The approximate solution compared with the different values of the degree r is given in

Table 3. Numerical results of Example 3.

h	Absolute Error for $\mathit{r}=4$		Absolute Errors for $\mathit{r}=7$
	${\mathit{E}}_{\mathbf{1},\mathbf{4}}\left(\mathit{h}\right)$	${\mathit{E}}_{\mathbf{2},\mathbf{4}}\left(\mathit{h}\right)$	${\mathit{E}}_{\mathbf{1},\mathbf{7}}\left(\mathit{h}\right)$	${\mathit{E}}_{\mathbf{2},\mathbf{7}}\left(\mathit{h}\right)$
0	$1.48\times {10}^{-5}$	$1.14\times {10}^{-4}$	$5.0\times {10}^{-8}$	$2.6\times {10}^{-7}$
0.2	$2.58\times {10}^{-4}$	$1.11\times {10}^{-3}$	$3.7\times {10}^{-8}$	$4.2\times {10}^{-7}$
0.4	$3.03\times {10}^{-4}$	$6.53\times {10}^{-4}$	$1.5\times {10}^{-8}$	$1.9\times {10}^{-7}$
0.6	$1.06\times {10}^{-4}$	$3.68\times {10}^{-4}$	$5.1\times {10}^{-8}$	$5.4\times {10}^{-7}$
0.8	$1.30\times {10}^{-4}$	$7.99\times {10}^{-4}$	$3.6\times {10}^{-8}$	$1.0\times {10}^{-8}$
1.0	$1.91\times {10}^{-4}$	$3.32\times {10}^{-5}$	$4.2\times {10}^{-8}$	$4.6\times {10}^{-8}$
1.2	$5.28\times {10}^{-7}$	$1.50\times {10}^{-3}$	$7.1\times {10}^{-8}$	$2.0\times {10}^{-7}$
1.4	$2.45\times {10}^{-4}$	$1.95\times {10}^{-3}$	$1.1\times {10}^{-9}$	$1.97\times {10}^{-7}$
1.6	$3.36\times {10}^{-5}$	$2.24\times {10}^{-3}$	$5.4\times {10}^{-9}$	$3.8\times {10}^{-7}$
1.8	$1.88\times {10}^{-3}$	$1.65\times {10}^{-2}$	$4.2\times {10}^{-8}$	$7.8\times {10}^{-7}$
2	$6.89\times {10}^{-3}$	$4.83\times {10}^{-2}$	$1.1\times {10}^{-7}$	$2.2\times {10}^{-6}$

. The graphical representation of approximate and exact solution is plotted in Figure 3. The comparison between different values of the degree r clearly shows the fast convergence of the Bernstein basis function.

5. Conclusions

It is difficult to solve the system of Volterra integral equations analytically.

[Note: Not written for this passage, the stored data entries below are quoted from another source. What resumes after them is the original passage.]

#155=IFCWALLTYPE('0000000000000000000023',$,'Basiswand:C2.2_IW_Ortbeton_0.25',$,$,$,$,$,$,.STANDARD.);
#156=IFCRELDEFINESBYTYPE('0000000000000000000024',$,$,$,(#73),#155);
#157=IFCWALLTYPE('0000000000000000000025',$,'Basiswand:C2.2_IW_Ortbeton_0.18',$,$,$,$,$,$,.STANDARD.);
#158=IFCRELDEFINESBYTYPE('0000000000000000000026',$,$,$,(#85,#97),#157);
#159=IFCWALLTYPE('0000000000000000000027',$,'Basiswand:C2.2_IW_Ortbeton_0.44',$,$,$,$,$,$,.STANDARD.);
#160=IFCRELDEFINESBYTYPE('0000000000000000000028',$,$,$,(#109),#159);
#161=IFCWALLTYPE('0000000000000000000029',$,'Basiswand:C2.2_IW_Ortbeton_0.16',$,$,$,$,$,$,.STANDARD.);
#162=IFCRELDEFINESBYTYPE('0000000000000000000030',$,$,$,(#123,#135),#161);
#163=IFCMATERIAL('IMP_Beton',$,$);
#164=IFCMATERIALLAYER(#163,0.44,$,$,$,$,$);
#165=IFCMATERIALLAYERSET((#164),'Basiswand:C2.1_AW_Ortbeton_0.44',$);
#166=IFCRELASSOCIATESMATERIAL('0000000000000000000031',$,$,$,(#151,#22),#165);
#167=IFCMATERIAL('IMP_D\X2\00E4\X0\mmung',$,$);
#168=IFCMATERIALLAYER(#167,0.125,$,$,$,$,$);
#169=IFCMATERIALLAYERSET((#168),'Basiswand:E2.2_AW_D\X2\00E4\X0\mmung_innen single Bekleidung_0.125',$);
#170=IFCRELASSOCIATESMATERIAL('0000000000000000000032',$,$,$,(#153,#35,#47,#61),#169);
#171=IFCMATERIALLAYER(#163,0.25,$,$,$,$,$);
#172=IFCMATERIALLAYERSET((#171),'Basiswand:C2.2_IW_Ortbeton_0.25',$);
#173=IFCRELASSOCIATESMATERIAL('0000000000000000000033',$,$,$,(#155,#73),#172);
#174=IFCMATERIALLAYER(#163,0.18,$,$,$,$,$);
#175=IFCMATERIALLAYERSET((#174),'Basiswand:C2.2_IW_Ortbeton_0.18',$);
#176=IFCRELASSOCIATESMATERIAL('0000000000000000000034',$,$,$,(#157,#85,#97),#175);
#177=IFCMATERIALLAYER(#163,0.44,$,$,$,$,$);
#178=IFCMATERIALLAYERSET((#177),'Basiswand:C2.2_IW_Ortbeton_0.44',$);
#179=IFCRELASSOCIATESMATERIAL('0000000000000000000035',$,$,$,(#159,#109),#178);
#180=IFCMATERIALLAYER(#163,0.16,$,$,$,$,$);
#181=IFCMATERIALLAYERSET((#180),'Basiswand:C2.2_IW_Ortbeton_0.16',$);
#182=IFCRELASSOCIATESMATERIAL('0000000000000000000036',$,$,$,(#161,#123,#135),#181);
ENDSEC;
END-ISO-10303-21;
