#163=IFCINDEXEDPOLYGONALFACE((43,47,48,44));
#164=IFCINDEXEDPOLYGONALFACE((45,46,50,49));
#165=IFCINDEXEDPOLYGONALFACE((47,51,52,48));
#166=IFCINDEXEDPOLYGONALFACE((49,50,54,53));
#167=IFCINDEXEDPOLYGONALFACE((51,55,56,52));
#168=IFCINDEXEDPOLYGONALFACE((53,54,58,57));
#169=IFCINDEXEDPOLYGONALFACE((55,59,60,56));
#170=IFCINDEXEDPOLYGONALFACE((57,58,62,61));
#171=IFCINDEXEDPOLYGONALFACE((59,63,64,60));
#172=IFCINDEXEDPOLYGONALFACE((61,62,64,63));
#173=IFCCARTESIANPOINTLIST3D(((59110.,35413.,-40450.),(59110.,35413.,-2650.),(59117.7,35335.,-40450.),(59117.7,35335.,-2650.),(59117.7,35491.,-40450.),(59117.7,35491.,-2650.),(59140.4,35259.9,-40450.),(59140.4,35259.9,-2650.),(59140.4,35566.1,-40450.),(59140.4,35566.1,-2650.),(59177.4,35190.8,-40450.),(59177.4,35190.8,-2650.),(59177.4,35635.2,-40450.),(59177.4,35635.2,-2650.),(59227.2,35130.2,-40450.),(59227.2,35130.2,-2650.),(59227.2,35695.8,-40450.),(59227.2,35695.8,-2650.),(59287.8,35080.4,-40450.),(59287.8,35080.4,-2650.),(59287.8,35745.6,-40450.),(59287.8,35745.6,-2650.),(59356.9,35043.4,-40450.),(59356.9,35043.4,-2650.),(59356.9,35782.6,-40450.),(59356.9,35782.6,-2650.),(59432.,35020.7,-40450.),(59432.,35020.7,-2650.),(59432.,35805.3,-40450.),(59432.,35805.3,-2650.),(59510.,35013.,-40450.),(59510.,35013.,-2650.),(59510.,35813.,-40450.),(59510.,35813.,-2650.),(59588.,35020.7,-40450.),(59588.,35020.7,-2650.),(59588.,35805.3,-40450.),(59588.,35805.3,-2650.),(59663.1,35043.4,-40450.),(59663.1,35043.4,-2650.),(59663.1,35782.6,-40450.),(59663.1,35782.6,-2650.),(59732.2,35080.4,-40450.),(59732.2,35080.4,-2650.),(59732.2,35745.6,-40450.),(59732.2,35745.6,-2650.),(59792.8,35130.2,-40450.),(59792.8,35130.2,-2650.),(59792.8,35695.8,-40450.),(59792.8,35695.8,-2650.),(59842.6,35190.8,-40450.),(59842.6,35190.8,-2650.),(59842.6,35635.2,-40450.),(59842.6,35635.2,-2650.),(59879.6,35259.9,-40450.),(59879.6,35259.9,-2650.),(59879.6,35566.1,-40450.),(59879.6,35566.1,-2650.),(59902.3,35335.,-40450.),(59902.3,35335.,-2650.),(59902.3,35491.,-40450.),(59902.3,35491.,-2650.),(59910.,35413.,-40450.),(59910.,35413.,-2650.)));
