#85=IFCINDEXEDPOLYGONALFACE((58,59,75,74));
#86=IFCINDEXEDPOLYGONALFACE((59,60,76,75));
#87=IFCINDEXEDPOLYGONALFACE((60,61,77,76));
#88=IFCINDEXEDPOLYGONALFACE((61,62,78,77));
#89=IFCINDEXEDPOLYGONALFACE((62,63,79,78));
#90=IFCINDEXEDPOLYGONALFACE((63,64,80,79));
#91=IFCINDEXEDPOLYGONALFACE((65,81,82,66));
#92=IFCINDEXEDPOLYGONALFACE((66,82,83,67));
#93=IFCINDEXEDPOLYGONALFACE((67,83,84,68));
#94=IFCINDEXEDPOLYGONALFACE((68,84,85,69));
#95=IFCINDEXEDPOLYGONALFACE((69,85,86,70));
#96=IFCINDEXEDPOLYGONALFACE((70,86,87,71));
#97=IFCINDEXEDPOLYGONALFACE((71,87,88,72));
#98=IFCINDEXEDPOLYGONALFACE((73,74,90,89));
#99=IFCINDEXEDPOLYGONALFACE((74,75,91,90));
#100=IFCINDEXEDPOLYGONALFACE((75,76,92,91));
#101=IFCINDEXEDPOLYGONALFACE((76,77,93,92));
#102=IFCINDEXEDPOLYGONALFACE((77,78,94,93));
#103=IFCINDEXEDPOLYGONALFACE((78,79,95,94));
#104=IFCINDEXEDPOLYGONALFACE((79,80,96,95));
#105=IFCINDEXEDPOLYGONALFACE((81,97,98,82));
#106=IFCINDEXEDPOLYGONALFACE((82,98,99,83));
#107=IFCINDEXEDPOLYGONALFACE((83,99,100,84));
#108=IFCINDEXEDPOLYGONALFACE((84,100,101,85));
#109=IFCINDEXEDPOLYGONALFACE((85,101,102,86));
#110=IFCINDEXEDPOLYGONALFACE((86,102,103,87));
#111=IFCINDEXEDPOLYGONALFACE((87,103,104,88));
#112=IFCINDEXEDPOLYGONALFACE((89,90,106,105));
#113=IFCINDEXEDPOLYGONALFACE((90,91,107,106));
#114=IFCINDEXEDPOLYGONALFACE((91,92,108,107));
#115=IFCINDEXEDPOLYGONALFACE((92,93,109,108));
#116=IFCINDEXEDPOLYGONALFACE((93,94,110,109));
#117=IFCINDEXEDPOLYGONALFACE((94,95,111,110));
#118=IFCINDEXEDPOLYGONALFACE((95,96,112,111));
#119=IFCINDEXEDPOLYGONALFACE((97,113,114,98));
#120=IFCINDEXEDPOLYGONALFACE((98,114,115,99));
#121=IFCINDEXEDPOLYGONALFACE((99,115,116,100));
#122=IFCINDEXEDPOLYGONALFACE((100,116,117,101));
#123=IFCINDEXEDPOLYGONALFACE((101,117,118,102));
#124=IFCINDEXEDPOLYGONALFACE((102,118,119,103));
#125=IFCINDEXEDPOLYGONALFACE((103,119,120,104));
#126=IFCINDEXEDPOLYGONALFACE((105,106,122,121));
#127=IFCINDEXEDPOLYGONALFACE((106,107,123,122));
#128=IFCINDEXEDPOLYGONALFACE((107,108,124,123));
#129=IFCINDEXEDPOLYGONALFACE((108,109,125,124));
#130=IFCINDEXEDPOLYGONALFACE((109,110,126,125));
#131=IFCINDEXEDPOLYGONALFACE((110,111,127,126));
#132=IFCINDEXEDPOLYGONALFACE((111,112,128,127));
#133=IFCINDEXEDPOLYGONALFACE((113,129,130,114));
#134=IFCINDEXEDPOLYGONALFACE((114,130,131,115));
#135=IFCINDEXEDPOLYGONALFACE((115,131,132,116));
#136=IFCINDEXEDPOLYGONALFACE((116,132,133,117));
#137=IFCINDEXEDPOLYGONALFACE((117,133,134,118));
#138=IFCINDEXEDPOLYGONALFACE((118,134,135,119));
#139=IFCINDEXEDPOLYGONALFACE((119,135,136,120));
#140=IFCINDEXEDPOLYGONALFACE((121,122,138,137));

So, finding the approximate solution of the system of Volterra integral equations on arbitrary intervals $[m,n]$ has always been a challenging problem for researchers. The proposed technique was based on approximating the unknown function with the Bernstein polynomial. The use of Bernstein polynomials is increased in different areas of mathematics due to its fast convergence. The results of the given numerical examples shows that the proposed technique is applicable and efficient. Moreover, the computed absolute error confirms its convergence and stability. It is worth pointing out that the proposed technique can find the numerical solutions of the system of Volterra integral equations on arbitrary intervals $[m,n]$.